Training and supporting Southeast Asian leaders who are seeking to build bridges across tribal lines in the Mekong region of Thailand
The Williams will speak in worship on July 21
Katrina and Kyle strive to provide a platform for marginalized people to share their stories. To make these stories even more powerful they gather and provide the data needed so that tribal minorities can make decisions about how they interact with an ever-increasing globalized world.
Later this year they will be joining a data capital firm in Southeast Asia that is working toward policy level changes to further protect minority groups. They will be focusing on training teams of nationals who are positioned to research the causes, dynamics, and potential solutions to human trafficking and other forms of violence and power imbalances in the region.
In the 21st century, gathering and presenting good data on these issues is key to protecting vulnerable people. Katrina’s background in graphic art gives her the experience needed to present information in dynamic ways to compliment and better represent these marginalized voices as they share their stories.
Katrina and Kyle began their journey working cross-culturally in 2008. Living and working in Nicaragua, they quickly developed a passion to serve those who don’t have the same access to power and privilege that they possess as white Americans. Coming to grips with their own privilege led to Kyle’s studies and area of research interest revolving tightly around “implicit bias” and intergroup preference. In other words, he is always seeking to answer these questions:
I. How do humans show preferences for those like themselves while thinking
they’re not racist, sexist or generally affected by prejudice?
2. Because of the major downsides of group think, how do humans overcome their tendency to surround
themselves by like individuals and instead create diverse work-forces and coalitions across tribal lines?
After completing an MS in Research Psychology, Kyle and Katrina left for Congo. During their time there, they became more aware of the complex systems that allow some individuals to take advantage of others. Sometimes this played out along tribal lines, or gender lines, and even generational. Sharing life with their neighbors brought many credible stories of abuses. As they listened to their neighbors, they were moved to do what they could but even that seemed like not enough. So, they listened some more and found that this simple act was life-giving to those who needed to share.
Congo, like many other worldly systems (yes even the U.S.), benefits those at the top while leaving most others to much harsher fates. This way of life, where being stepped on or stepping on others without thought, was all their neighbors knew.

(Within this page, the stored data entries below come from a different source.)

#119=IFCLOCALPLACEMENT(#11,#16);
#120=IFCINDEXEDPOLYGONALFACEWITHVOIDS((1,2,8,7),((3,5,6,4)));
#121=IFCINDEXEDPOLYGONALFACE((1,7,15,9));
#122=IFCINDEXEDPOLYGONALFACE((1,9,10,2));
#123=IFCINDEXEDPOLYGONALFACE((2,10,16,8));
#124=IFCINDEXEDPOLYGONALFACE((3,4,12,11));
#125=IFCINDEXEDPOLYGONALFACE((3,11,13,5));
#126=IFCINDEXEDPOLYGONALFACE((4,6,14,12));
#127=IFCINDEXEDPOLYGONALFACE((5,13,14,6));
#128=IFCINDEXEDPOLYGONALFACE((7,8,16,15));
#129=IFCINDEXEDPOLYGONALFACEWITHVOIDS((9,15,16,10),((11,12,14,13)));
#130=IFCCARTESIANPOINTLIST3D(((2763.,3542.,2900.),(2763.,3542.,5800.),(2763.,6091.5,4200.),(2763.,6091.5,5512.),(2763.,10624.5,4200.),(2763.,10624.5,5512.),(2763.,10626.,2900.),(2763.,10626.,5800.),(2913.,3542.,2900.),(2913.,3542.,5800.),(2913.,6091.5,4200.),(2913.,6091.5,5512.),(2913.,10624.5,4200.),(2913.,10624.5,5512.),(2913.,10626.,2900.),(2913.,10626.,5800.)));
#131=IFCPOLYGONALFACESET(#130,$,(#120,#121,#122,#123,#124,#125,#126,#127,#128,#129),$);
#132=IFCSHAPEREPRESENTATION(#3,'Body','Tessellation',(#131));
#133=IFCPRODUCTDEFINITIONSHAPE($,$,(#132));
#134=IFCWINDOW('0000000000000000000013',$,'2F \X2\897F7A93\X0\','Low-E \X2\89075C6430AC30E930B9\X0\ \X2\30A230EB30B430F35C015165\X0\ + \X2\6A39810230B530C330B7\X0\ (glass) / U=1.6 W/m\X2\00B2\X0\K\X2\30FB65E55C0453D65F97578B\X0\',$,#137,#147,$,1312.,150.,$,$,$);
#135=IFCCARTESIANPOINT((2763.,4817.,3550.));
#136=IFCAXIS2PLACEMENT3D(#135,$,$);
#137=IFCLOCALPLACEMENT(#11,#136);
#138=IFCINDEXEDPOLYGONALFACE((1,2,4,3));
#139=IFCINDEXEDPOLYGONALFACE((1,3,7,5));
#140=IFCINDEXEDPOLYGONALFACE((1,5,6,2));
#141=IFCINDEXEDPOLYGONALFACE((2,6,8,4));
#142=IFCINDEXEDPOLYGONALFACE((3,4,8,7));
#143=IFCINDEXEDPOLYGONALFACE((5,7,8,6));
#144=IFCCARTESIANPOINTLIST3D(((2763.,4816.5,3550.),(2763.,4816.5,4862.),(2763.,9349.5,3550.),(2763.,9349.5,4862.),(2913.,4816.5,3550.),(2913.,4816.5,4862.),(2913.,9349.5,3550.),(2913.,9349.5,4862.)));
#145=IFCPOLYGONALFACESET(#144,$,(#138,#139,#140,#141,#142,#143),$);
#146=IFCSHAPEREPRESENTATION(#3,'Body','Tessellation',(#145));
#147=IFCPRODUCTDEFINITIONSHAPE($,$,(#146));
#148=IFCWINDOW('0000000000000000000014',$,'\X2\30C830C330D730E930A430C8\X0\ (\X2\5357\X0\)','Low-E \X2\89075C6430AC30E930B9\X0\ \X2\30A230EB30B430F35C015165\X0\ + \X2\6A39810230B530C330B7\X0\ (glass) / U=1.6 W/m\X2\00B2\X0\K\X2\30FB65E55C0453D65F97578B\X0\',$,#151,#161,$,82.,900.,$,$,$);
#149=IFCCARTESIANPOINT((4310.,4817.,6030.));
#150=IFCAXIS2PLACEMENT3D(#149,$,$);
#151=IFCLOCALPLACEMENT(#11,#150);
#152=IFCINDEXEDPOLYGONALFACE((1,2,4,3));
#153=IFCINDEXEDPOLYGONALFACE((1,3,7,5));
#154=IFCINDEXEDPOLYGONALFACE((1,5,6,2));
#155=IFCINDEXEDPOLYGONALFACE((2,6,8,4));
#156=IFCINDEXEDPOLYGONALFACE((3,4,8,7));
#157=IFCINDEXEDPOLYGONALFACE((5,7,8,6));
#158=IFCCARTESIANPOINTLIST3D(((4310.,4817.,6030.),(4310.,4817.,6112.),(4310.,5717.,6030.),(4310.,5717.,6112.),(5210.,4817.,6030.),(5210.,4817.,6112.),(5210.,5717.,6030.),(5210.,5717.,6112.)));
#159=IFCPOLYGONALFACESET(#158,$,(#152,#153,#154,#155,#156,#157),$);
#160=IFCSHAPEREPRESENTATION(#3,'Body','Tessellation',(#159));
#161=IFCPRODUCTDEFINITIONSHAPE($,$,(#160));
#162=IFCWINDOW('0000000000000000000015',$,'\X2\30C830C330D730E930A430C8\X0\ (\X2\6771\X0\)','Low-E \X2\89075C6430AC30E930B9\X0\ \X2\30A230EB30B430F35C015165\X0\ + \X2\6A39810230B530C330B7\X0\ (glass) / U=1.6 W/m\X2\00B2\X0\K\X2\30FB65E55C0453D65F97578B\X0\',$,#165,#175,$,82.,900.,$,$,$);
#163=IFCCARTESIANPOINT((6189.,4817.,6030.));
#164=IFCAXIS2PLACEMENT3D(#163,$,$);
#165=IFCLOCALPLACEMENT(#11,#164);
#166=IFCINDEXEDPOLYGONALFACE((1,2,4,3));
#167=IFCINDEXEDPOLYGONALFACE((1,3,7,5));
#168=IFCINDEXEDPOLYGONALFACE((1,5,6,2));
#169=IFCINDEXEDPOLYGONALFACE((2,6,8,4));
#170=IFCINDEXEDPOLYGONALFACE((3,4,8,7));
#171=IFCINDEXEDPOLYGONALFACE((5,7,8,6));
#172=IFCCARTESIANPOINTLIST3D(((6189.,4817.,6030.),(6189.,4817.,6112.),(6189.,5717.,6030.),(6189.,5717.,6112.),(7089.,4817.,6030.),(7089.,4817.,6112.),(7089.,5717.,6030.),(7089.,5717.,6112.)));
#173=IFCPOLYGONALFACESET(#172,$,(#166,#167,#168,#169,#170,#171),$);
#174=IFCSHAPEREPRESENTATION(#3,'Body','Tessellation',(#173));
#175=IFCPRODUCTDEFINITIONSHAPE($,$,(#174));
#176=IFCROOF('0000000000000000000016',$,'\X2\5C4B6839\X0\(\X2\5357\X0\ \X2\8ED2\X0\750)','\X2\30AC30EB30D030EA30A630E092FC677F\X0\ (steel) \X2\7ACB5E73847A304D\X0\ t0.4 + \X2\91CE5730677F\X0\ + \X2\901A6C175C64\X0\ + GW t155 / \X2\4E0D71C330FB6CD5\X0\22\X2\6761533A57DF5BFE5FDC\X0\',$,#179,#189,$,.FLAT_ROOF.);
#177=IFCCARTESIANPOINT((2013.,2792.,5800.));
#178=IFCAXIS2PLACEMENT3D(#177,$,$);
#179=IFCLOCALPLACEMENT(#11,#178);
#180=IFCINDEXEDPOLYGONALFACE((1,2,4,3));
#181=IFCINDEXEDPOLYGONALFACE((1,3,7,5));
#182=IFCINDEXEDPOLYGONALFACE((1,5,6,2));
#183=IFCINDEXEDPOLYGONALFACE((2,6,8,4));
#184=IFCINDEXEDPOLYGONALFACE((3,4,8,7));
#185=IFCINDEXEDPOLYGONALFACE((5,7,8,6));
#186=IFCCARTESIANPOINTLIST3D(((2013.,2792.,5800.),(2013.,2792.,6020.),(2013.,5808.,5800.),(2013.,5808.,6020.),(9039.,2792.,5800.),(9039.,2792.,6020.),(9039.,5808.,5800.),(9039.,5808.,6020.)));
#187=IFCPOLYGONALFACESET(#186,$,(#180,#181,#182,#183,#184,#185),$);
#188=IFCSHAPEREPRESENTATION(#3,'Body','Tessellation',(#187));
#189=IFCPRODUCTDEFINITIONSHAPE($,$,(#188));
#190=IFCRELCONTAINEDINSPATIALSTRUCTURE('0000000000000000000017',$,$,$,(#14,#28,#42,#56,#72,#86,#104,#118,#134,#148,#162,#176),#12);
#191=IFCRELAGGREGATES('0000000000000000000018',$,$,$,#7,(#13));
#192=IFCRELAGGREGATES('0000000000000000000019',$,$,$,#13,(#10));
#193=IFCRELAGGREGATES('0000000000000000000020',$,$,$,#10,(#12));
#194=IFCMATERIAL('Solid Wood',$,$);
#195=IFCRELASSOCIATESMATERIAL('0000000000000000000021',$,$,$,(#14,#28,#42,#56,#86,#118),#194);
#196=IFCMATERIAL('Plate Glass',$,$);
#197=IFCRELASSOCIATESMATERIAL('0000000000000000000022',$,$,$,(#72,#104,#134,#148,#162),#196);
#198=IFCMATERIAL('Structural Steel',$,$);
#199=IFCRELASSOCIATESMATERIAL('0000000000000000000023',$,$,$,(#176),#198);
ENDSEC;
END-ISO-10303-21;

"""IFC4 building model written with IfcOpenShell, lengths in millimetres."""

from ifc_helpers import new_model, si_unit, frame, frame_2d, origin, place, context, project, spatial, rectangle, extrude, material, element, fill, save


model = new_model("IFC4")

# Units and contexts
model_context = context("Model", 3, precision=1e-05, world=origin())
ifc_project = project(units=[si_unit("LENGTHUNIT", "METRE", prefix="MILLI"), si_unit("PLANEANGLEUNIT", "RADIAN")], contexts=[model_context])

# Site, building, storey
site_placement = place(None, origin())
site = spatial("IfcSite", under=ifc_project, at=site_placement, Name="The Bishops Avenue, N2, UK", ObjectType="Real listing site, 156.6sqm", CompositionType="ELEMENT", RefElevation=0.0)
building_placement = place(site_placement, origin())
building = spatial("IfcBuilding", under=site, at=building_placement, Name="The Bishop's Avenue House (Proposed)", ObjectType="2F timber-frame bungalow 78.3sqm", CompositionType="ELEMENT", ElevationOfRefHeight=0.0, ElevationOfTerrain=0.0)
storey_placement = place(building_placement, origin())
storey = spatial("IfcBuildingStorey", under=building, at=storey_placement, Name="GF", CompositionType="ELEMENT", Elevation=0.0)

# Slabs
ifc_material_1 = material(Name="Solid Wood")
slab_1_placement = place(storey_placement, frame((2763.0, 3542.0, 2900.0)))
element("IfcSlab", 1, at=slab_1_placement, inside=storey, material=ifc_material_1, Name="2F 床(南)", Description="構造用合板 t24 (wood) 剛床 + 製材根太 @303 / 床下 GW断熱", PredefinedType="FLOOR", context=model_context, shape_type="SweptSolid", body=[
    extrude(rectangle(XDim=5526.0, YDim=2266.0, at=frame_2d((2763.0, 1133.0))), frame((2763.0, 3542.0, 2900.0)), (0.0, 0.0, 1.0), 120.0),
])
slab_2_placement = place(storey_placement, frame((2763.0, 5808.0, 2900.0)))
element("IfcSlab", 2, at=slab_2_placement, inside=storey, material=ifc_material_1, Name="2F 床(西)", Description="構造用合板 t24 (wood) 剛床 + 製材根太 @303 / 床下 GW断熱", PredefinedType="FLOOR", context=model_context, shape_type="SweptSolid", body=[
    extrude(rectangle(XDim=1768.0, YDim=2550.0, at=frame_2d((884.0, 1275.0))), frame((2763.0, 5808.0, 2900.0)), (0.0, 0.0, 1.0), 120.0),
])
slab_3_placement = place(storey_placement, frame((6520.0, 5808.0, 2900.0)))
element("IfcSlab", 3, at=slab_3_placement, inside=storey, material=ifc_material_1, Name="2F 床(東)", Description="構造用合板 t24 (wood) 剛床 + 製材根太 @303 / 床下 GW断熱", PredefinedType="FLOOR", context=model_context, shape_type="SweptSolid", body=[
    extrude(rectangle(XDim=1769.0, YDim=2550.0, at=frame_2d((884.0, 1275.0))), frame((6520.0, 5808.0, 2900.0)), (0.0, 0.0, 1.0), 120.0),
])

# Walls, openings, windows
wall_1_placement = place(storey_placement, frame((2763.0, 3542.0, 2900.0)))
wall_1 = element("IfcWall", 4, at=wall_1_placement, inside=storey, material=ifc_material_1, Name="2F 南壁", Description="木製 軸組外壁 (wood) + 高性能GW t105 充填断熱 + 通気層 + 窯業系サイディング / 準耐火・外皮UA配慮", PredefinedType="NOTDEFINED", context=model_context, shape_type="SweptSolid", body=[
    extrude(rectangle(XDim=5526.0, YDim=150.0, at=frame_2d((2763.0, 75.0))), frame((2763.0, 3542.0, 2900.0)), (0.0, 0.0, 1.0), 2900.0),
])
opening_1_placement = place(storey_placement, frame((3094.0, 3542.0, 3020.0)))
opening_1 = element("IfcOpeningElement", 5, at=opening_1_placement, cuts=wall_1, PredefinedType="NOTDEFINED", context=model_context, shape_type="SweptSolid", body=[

Fortunately, the Jesus of liberation has given a vision of a different kind of system. He called it the Kingdom. In the Kingdom power is washing the feet of those on the bottom, reaching out and healing those in the margins and giving oneself over even to death, but never retaliating with like violence. This other-oriented, self-sacrificing love is what motivates the Williams to go and work to do the same. But it always brings them back to dealing with worldly systems meant to harm rather than give life. They now believe that abundant life can’t happen until the systems that victimize those in the margins are dismantled.